GXF Concepts

This section covers about some of the basic definitions that are used in the GXF world.

GXF stands for Graph eXecution Format and is built around the core principle of a graph. The Graph contains nodes which follow an entity-component design pattern implementing the “composition over inheritance” paradigm. A Node itself is just a light-weight object which owns components. Components define how a node interacts with the rest of the applications. Nodes can for example be connected to each other to pass data between nodes. A special component called Codelets, can be used to execute code based on certain rules. Typically a codelet would receive data, execute some computation and publish data.

Graph

A graph is a data-driven representation of an AI application. Implementing an application by using programming code to create and link objects results in a monolithic and hard to maintain program. Instead a graph object is used to structure an application. The graph can be created using specialized tools and it can be analyzed to identify potential problems or performance bottlenecks. The graph is loaded by the GXF runtime in order to be executed.

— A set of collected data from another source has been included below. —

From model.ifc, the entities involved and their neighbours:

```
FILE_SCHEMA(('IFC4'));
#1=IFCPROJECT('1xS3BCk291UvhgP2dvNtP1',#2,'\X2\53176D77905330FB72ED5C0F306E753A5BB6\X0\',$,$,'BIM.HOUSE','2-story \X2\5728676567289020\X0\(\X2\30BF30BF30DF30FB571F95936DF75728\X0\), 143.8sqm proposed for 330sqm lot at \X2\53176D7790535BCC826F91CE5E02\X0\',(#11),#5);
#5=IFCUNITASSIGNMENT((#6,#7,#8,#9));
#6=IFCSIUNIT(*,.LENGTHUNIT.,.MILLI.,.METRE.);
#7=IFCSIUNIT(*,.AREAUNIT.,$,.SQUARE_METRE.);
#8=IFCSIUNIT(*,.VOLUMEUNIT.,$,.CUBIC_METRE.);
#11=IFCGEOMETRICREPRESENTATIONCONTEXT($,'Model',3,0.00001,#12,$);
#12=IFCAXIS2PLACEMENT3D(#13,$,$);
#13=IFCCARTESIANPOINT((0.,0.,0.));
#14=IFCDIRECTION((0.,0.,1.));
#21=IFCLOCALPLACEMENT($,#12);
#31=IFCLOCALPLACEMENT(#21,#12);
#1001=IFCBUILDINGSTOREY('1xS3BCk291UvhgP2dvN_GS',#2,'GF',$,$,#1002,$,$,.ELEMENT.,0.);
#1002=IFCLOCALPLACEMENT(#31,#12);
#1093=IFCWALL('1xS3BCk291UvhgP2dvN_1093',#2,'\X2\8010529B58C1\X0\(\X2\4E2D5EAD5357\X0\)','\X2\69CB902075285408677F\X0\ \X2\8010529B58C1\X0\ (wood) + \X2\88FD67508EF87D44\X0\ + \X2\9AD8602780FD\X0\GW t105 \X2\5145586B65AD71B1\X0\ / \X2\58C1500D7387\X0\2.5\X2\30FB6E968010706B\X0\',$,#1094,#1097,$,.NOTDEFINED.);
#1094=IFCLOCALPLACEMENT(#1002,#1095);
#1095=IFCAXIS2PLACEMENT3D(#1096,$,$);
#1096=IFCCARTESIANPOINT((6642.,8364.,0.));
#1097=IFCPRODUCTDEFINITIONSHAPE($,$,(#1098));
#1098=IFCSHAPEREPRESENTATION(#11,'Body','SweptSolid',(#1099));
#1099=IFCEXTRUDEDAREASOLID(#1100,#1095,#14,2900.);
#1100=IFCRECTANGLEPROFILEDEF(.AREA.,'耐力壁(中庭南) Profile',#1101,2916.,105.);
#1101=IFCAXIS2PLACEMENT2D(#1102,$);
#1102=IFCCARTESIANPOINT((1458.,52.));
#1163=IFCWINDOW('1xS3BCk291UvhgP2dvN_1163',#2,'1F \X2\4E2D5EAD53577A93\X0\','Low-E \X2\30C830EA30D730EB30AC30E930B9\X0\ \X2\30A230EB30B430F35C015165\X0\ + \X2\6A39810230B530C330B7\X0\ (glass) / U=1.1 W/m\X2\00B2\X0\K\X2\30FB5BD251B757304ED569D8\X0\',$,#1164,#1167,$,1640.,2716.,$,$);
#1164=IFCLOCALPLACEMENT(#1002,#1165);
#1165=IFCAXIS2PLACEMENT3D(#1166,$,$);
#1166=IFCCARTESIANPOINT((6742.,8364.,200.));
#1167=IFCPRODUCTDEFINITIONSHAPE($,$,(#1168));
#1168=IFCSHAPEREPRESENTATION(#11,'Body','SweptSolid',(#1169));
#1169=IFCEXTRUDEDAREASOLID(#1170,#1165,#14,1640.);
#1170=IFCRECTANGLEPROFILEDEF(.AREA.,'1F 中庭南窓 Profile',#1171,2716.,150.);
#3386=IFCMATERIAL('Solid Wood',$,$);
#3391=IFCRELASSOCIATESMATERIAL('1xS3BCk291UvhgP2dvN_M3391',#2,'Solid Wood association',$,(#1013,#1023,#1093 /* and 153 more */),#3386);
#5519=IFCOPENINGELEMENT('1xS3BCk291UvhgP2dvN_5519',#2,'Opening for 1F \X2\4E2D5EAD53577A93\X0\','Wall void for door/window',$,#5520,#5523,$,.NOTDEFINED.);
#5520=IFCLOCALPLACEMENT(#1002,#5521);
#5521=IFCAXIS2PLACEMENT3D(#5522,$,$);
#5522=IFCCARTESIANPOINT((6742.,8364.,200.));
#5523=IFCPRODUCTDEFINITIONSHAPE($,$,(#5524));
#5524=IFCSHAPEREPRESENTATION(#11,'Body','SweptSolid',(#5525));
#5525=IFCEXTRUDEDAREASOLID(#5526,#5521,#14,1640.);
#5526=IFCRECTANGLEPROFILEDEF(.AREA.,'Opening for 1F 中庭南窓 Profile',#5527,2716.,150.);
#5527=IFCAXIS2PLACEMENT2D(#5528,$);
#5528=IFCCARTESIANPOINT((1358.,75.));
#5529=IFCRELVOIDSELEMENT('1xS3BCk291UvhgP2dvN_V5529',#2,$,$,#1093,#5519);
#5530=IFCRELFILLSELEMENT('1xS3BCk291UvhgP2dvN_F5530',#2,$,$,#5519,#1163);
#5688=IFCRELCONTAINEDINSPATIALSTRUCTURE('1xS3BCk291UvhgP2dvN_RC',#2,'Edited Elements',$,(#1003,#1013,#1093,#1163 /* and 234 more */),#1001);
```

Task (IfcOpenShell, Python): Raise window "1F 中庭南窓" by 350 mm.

```python
import numpy as np
import ifcopenshell
import ifcopenshell.api.geometry
import ifcopenshell.util.placement
import ifcopenshell.util.unit

model = ifcopenshell.open("model.ifc")
unit_scale = ifcopenshell.util.unit.calculate_unit_scale(model)

window = model.by_guid("1xS3BCk291UvhgP2dvN_1163")
opening = window.FillsVoids[0].RelatingOpeningElement
dz = 350.0

shift = np.array([0.0, 0.0, dz])
# The window is not placed relative to its opening, so move both.
for product in (opening, window):
    matrix = ifcopenshell.util.placement.get_local_placement(product.ObjectPlacement)
    matrix[:3, 3] += shift
    ifcopenshell.api.geometry.edit_object_placement(model, product=product, matrix=matrix, is_si=False)

print(f"moved by {dz * unit_scale:+.3f} m")

model.write("model-out.ifc")
```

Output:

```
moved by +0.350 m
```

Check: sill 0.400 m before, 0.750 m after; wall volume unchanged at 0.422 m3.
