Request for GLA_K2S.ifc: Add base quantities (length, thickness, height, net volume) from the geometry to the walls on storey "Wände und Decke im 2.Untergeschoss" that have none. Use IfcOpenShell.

First a look at what the model holds.

```python
import ifcopenshell
import ifcopenshell.util.element
import ifcopenshell.util.unit

model = ifcopenshell.open("GLA_K2S.ifc")
print(model.schema)
for unit_type in ("LENGTHUNIT", "AREAUNIT", "VOLUMEUNIT"):
    print(unit_type, ifcopenshell.util.unit.calculate_unit_scale(model, unit_type))
storey = next(s for s in model.by_type("IfcBuildingStorey") if s.Name == "Wände und Decke im 2.Untergeschoss")
walls = [e for e in ifcopenshell.util.element.get_decomposition(storey) if e.is_a("IfcWall")]
for e in sorted(walls, key=lambda e: e.id()):
    print(e.id(), e.is_a(), e.Name, list(ifcopenshell.util.element.get_psets(e, qtos_only=True)), sep=" | ")
```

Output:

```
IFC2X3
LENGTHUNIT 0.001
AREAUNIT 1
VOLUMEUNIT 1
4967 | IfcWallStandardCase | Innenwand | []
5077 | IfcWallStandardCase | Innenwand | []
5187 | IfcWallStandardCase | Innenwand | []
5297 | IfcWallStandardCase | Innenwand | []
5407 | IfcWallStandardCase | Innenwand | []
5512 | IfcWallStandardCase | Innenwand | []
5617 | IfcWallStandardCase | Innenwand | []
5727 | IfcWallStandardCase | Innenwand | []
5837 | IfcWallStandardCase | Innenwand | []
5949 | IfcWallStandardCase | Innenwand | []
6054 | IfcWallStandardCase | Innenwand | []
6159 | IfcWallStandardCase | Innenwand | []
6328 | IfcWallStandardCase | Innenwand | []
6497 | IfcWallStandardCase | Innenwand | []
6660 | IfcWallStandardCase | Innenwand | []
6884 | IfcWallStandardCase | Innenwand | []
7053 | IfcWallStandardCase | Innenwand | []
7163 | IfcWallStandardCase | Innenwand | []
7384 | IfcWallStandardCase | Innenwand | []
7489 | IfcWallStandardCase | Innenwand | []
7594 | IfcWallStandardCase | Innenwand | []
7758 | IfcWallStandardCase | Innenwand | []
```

```python
import ifcopenshell
import ifcopenshell.api.pset
import ifcopenshell.geom
import ifcopenshell.util.element
import ifcopenshell.util.shape
import ifcopenshell.util.unit

model = ifcopenshell.open("GLA_K2S.ifc")
unit_scale = ifcopenshell.util.unit.calculate_unit_scale(model)
volume_scale = ifcopenshell.util.unit.calculate_unit_scale(model, "VOLUMEUNIT")
settings = ifcopenshell.geom.settings()

storey = next(s for s in model.by_type("IfcBuildingStorey") if s.Name == "Wände und Decke im 2.Untergeschoss")
walls = [e for e in ifcopenshell.util.element.get_decomposition(storey) if e.is_a("IfcWall")]

for e in sorted(walls, key=lambda e: e.id()):
    if ifcopenshell.util.element.get_psets(e, qtos_only=True, should_inherit=False):
        continue
    # Geometry comes back in metres, in the element's own axes.
    shape = ifcopenshell.geom.create_shape(settings, e)
    values = {
        "Length": ifcopenshell.util.shape.get_x(shape.geometry) / unit_scale,
        "Width": ifcopenshell.util.shape.get_y(shape.geometry) / unit_scale,
        "Height": ifcopenshell.util.shape.get_z(shape.geometry) / unit_scale,
        "NetVolume": ifcopenshell.util.shape.get_volume(shape.geometry) / volume_scale,
    }
    qto = ifcopenshell.api.pset.add_qto(model, product=e, name="BaseQuantities")
    ifcopenshell.api.pset.edit_qto(model, qto=qto, properties=values)
    print(e.id(), {k: round(v, 3) for k, v in values.items()})

model.write("GLA_K2S_v2.ifc")
```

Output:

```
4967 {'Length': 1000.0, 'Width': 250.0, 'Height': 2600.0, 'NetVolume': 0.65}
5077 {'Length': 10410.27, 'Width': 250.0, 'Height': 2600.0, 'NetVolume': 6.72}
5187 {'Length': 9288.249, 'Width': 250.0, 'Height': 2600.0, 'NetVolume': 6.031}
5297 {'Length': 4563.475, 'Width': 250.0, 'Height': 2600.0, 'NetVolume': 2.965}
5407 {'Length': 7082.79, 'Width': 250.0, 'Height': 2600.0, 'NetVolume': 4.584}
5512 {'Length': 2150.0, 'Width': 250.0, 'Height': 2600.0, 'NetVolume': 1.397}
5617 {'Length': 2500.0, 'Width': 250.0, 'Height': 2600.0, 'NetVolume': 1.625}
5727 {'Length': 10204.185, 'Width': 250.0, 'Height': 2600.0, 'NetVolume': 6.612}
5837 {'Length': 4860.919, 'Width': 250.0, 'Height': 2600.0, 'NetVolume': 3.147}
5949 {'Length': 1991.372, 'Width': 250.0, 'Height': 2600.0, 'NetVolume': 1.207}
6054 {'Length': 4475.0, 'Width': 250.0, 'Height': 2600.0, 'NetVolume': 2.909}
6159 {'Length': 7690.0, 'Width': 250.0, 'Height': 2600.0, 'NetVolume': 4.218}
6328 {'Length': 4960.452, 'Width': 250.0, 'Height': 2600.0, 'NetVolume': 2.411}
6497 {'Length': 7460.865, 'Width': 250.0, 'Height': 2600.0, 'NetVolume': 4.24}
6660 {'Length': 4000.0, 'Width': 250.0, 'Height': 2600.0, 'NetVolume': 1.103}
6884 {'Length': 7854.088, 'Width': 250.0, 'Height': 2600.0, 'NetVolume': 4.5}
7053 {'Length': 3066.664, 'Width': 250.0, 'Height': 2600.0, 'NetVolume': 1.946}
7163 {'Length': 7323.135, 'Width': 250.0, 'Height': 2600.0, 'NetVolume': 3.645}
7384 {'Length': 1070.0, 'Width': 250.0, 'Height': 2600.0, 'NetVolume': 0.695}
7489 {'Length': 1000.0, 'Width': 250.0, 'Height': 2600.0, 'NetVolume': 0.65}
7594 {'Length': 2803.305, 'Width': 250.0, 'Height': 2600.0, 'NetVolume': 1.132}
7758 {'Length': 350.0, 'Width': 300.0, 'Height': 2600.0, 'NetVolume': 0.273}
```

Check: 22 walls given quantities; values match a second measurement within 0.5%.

The functional blocks of a graph are defined by the set of nodes which the graph is owning. Nodes can be queried via the graph using certain query functions. For example it is possible to search for a node by its name.

Node

GXF uses an entity-component design principle for nodes. This means that a node is a light-weight object whose main purpose is to own components. A node is a composition of components. Every component is in exactly one node. In order to customize a GXF node a developer does not derive from node as a base class, but instead composes objects out of components. Components can be used to provide a rich set of functionality to a node and thus to an application.

Every node in the graph is uniquely identifiable as described in more detail in the section about object identification.

Components

Components are the main functional blocks of an application. GXF provides a couple of components which implement features like properties, code execution and message passing. GXF also allows a developer to extend the GXF runtime by injecting its own custom components with custom features to fit a specific use case.

Codelets

The most common component is a codelet which is used for data processing and code execution. In order to implement a custom codelet the developer implements a certain set of functions like start and stop. A special system - the scheduler - will call these functions at the appropriate time as specified by the developer. Typical examples of triggering code execution are: receiving a new message from another node, or performing work on a regular schedule based on a time trigger.

Subgraph

Subgraph allows a node to wrap a whole graph and treat it like a sub-processing unit. Such subgraphs help greatly to increase the modularity of an application and allow reuse of compute graphs across applications. A subgraph’s internals are opaque to the outside world, and it employs its own scheduler.